[SUPPLIED INFORMATION]:

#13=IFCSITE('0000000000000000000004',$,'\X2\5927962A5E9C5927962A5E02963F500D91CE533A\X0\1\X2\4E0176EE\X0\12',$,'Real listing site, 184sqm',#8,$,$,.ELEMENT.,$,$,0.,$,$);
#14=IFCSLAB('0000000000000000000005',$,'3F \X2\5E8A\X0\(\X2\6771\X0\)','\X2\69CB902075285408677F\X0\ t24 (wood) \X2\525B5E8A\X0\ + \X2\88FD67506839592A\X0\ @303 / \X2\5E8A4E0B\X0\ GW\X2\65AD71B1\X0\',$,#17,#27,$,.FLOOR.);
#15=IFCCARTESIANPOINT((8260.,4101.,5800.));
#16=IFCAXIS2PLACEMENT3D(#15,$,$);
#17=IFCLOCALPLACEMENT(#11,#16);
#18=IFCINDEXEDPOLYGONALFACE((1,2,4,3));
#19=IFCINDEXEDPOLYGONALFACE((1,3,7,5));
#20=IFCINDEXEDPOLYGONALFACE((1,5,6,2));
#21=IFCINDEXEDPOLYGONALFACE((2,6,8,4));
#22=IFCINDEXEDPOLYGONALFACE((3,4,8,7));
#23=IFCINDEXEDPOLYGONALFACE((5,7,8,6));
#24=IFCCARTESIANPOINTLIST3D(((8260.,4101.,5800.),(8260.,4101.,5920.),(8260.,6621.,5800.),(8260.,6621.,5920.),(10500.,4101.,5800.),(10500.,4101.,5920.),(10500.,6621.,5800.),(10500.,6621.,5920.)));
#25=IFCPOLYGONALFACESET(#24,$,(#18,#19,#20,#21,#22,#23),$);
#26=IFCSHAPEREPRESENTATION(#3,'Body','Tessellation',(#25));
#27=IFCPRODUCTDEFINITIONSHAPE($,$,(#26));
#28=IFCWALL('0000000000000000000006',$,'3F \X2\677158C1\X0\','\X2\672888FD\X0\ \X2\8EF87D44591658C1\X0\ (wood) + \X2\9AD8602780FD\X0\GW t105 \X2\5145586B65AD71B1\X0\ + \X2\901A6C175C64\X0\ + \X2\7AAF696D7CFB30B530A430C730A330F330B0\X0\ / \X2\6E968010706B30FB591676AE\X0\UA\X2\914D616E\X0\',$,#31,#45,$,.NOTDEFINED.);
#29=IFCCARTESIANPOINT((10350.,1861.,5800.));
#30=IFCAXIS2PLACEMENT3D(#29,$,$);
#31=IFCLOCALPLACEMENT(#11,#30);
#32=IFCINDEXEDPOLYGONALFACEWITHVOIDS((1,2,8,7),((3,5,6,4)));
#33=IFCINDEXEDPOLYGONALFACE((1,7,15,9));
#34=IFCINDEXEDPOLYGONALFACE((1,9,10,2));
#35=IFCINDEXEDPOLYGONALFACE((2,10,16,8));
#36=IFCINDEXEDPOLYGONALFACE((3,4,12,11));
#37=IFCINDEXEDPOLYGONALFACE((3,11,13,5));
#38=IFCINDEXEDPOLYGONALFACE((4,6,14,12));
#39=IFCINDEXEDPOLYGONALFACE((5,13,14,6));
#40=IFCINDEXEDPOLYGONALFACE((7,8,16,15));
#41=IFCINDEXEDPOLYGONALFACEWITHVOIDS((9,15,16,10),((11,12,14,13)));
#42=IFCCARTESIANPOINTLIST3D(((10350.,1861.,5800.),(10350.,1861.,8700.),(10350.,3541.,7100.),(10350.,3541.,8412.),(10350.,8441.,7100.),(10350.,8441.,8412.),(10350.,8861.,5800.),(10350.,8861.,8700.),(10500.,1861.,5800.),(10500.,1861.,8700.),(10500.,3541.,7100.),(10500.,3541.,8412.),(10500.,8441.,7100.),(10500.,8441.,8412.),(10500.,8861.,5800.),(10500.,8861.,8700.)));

[WHAT YOU ARE ASKED TO DO]:
What is needed is a word-for-word restatement of every line from the one with "#22=IFCINDEXEDPOLYGONALFACE((3,4,8,7));" to the end of the entries above.

[FINISHED TASK]:
#22=IFCINDEXEDPOLYGONALFACE((3,4,8,7));
#23=IFCINDEXEDPOLYGONALFACE((5,7,8,6));
#24=IFCCARTESIANPOINTLIST3D(((8260.,4101.,5800.),(8260.,4101.,5920.),(8260.,6621.,5800.),(8260.,6621.,5920.),(10500.,4101.,5800.),(10500.,4101.,5920.),(10500.,6621.,5800.),(10500.,6621.,5920.)));
#25=IFCPOLYGONALFACESET(#24,$,(#18,#19,#20,#21,#22,#23),$);
#26=IFCSHAPEREPRESENTATION(#3,'Body','Tessellation',(#25));
#27=IFCPRODUCTDEFINITIONSHAPE($,$,(#26));
#28=IFCWALL('0000000000000000000006',$,'3F \X2\677158C1\X0\','\X2\672888FD\X0\ \X2\8EF87D44591658C1\X0\ (wood) + \X2\9AD8602780FD\X0\GW t105 \X2\5145586B65AD71B1\X0\ + \X2\901A6C175C64\X0\ + \X2\7AAF696D7CFB30B530A430C730A330F330B0\X0\ / \X2\6E968010706B30FB591676AE\X0\UA\X2\914D616E\X0\',$,#31,#45,$,.NOTDEFINED.);
#29=IFCCARTESIANPOINT((10350.,1861.,5800.));
#30=IFCAXIS2PLACEMENT3D(#29,$,$);
#31=IFCLOCALPLACEMENT(#11,#30);
#32=IFCINDEXEDPOLYGONALFACEWITHVOIDS((1,2,8,7),((3,5,6,4)));
#33=IFCINDEXEDPOLYGONALFACE((1,7,15,9));
#34=IFCINDEXEDPOLYGONALFACE((1,9,10,2));
#35=IFCINDEXEDPOLYGONALFACE((2,10,16,8));
#36=IFCINDEXEDPOLYGONALFACE((3,4,12,11));
#37=IFCINDEXEDPOLYGONALFACE((3,11,13,5));
#38=IFCINDEXEDPOLYGONALFACE((4,6,14,12));
#39=IFCINDEXEDPOLYGONALFACE((5,13,14,6));
#40=IFCINDEXEDPOLYGONALFACE((7,8,16,15));
#41=IFCINDEXEDPOLYGONALFACEWITHVOIDS((9,15,16,10),((11,12,14,13)));
#42=IFCCARTESIANPOINTLIST3D(((10350.,1861.,5800.),(10350.,1861.,8700.),(10350.,3541.,7100.),(10350.,3541.,8412.),(10350.,8441.,7100.),(10350.,8441.,8412.),(10350.,8861.,5800.),(10350.,8861.,8700.),(10500.,1861.,5800.),(10500.,1861.,8700.),(10500.,3541.,7100.),(10500.,3541.,8412.),(10500.,8441.,7100.),(10500.,8441.,8412.),(10500.,8861.,5800.),(10500.,8861.,8700.)));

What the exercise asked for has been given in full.